WHAT NEEDS TO BE DONE: Keep every line of the data below that has the string "Check" and present those lines.

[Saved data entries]
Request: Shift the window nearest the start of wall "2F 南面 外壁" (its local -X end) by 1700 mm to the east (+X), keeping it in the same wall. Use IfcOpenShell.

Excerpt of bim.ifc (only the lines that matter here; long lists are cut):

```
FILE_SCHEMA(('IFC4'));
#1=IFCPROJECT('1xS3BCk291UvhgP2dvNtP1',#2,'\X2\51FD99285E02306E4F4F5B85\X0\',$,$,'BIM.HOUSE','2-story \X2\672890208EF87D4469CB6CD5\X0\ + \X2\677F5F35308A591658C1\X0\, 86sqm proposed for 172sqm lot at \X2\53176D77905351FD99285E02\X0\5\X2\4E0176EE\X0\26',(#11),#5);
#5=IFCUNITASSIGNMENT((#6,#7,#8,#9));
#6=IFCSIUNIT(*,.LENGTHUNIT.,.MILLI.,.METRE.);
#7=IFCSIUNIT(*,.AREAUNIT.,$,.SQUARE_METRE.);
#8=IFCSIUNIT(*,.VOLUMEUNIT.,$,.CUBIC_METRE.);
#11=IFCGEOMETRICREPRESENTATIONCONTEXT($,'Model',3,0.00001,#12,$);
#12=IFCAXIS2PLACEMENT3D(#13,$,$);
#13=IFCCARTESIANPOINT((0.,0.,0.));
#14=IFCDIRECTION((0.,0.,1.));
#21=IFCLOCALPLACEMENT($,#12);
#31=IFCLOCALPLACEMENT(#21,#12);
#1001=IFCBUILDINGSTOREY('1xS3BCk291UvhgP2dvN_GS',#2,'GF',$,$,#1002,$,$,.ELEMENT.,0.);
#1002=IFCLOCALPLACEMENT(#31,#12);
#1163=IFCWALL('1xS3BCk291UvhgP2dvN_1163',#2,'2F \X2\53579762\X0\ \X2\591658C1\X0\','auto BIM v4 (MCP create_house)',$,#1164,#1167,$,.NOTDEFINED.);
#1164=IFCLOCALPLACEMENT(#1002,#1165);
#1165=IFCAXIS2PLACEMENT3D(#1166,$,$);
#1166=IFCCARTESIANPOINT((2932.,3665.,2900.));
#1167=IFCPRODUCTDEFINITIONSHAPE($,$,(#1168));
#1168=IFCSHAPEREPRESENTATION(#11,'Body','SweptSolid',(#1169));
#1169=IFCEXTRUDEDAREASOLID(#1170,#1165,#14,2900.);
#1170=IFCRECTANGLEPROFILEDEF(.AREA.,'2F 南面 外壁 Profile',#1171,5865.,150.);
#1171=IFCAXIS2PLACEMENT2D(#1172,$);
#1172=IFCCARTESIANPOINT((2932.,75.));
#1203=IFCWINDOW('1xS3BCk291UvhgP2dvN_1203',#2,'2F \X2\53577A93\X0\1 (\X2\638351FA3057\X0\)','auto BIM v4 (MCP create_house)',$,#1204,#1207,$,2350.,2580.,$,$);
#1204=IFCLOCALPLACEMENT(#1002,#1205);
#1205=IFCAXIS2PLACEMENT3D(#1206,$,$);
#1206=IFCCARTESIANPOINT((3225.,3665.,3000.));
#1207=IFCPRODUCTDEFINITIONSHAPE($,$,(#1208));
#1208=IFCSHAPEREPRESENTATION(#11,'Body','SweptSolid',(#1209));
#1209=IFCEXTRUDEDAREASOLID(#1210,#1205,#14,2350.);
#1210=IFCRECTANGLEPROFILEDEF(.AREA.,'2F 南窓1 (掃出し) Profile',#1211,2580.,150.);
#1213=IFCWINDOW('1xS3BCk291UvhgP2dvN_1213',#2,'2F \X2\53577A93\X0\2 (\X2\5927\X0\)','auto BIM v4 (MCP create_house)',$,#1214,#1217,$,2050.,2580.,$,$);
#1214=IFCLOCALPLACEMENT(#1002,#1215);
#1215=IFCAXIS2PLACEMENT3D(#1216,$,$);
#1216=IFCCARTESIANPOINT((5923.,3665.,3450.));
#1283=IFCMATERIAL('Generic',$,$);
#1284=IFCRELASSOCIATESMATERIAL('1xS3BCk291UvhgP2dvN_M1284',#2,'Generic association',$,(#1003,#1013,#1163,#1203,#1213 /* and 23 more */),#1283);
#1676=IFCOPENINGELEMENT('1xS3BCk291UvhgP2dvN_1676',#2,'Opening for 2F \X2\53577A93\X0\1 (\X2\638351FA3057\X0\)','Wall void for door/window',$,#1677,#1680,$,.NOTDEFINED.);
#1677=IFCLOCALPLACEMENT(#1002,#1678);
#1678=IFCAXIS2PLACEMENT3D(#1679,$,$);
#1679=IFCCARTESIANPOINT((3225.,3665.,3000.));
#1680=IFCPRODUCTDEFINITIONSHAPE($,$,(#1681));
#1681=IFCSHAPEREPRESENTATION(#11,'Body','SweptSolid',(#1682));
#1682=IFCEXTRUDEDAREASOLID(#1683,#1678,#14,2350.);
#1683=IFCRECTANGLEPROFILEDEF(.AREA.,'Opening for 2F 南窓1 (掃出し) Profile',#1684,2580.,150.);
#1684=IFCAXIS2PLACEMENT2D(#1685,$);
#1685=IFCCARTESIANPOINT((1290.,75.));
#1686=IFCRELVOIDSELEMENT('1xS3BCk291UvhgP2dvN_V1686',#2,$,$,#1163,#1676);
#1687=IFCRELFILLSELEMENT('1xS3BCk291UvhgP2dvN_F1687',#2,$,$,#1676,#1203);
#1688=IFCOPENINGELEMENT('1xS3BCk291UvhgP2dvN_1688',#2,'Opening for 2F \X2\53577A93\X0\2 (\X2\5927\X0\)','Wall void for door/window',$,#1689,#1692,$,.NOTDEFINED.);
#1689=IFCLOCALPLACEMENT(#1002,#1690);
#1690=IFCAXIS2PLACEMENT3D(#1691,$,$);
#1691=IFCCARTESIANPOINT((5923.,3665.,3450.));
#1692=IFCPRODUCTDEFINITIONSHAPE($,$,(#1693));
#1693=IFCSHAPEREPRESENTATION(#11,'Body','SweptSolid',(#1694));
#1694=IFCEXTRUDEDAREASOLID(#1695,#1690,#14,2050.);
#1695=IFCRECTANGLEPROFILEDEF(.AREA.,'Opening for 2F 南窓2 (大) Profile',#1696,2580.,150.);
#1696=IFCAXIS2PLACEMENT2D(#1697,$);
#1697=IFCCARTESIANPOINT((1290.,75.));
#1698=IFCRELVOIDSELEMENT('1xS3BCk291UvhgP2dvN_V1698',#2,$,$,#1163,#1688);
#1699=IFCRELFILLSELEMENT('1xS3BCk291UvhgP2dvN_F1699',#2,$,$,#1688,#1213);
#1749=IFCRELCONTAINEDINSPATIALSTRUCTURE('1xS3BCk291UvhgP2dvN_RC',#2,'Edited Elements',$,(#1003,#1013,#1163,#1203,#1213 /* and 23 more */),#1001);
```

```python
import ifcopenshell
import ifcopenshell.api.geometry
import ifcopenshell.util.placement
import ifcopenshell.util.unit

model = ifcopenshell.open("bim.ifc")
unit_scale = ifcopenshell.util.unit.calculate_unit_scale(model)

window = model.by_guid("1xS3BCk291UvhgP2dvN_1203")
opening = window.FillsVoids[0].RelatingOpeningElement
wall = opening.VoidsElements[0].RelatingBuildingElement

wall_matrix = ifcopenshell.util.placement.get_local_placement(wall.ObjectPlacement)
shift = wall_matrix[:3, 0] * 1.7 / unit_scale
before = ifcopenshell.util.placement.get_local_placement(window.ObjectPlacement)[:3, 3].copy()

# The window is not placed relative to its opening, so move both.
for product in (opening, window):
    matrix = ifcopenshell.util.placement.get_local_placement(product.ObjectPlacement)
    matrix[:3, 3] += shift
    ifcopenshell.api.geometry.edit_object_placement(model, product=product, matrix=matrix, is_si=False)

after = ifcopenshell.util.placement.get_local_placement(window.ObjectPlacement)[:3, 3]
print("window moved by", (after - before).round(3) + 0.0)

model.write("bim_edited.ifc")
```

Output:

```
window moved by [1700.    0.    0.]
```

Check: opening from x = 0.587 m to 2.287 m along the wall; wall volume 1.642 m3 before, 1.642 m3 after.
...
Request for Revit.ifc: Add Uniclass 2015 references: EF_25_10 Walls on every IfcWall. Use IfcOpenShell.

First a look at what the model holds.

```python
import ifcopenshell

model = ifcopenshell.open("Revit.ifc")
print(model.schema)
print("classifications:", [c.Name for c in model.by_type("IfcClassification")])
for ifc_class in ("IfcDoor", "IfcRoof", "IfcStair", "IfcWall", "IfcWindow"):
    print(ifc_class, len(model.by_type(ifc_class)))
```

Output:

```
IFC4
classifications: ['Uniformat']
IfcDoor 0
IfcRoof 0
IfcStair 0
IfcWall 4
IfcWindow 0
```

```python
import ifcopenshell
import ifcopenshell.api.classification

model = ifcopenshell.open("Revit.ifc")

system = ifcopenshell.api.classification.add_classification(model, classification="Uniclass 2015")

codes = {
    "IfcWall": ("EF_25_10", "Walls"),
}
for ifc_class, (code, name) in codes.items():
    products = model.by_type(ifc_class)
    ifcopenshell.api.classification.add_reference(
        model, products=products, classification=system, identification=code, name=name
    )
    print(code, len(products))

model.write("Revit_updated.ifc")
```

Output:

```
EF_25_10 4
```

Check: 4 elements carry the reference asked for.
* * *
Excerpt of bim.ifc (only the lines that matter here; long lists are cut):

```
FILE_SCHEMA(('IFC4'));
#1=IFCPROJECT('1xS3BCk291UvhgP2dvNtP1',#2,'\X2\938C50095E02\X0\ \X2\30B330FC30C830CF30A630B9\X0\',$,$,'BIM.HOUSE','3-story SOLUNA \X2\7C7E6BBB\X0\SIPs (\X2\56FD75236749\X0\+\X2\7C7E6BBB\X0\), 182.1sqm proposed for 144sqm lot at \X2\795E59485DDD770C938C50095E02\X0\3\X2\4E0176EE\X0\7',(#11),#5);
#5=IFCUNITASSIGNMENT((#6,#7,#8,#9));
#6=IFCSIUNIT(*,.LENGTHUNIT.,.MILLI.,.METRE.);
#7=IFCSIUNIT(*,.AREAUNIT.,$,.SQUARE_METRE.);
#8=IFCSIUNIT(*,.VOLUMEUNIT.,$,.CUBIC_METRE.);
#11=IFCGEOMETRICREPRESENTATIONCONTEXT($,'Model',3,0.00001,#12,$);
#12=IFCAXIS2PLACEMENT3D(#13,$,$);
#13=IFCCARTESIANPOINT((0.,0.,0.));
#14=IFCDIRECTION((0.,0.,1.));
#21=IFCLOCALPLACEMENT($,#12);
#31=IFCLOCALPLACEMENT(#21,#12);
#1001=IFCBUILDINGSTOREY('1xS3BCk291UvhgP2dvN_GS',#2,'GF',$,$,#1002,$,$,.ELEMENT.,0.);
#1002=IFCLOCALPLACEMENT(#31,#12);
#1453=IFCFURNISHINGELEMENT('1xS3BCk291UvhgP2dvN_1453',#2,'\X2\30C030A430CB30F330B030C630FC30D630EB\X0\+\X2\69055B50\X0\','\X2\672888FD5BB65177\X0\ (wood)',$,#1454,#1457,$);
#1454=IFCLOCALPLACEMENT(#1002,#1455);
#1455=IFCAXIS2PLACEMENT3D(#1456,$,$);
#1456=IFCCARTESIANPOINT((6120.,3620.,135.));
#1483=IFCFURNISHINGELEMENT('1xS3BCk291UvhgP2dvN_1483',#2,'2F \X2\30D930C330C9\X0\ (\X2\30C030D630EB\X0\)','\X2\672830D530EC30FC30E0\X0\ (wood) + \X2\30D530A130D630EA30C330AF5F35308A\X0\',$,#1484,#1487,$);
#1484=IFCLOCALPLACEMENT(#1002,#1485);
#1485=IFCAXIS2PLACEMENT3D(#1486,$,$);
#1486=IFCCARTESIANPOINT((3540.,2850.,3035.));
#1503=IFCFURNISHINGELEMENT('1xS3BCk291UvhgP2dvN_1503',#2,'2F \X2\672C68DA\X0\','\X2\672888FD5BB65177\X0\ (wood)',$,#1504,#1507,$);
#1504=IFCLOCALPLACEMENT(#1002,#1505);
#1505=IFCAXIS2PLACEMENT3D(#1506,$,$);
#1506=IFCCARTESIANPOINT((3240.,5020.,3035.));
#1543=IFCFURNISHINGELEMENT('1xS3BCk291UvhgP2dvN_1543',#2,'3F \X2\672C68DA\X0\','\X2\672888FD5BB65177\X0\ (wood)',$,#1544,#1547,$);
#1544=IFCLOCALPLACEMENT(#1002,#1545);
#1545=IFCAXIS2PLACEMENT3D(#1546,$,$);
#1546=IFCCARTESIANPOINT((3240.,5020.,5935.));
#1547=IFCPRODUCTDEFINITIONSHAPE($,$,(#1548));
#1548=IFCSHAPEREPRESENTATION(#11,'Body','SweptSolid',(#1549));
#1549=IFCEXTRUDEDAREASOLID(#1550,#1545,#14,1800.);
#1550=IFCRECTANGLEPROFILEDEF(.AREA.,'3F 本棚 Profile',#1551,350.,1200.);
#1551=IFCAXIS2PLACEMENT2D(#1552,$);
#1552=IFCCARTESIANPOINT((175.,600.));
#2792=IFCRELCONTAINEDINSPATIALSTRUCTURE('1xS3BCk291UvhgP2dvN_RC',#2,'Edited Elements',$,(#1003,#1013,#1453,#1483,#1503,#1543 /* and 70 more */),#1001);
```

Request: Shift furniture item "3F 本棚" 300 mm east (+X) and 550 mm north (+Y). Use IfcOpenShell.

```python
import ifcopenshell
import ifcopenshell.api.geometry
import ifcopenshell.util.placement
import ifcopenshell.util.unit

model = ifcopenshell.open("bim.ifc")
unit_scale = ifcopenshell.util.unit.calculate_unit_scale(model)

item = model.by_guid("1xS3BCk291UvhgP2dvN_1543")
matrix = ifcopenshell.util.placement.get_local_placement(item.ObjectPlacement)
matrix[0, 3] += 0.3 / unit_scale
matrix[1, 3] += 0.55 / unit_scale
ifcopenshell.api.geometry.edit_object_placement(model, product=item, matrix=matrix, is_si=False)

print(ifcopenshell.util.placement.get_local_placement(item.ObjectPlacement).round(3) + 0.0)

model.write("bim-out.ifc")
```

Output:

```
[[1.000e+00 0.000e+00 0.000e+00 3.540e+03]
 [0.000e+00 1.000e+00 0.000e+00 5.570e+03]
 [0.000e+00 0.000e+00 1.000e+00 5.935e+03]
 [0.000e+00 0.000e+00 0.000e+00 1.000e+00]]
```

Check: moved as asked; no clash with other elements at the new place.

RESPONSE FOR THIS EXERCISE:
Check: opening from x = 0.587 m to 2.287 m along the wall; wall volume 1.642 m3 before, 1.642 m3 after.
Check: 4 elements carry the reference asked for.
Check: moved as asked; no clash with other elements at the new place.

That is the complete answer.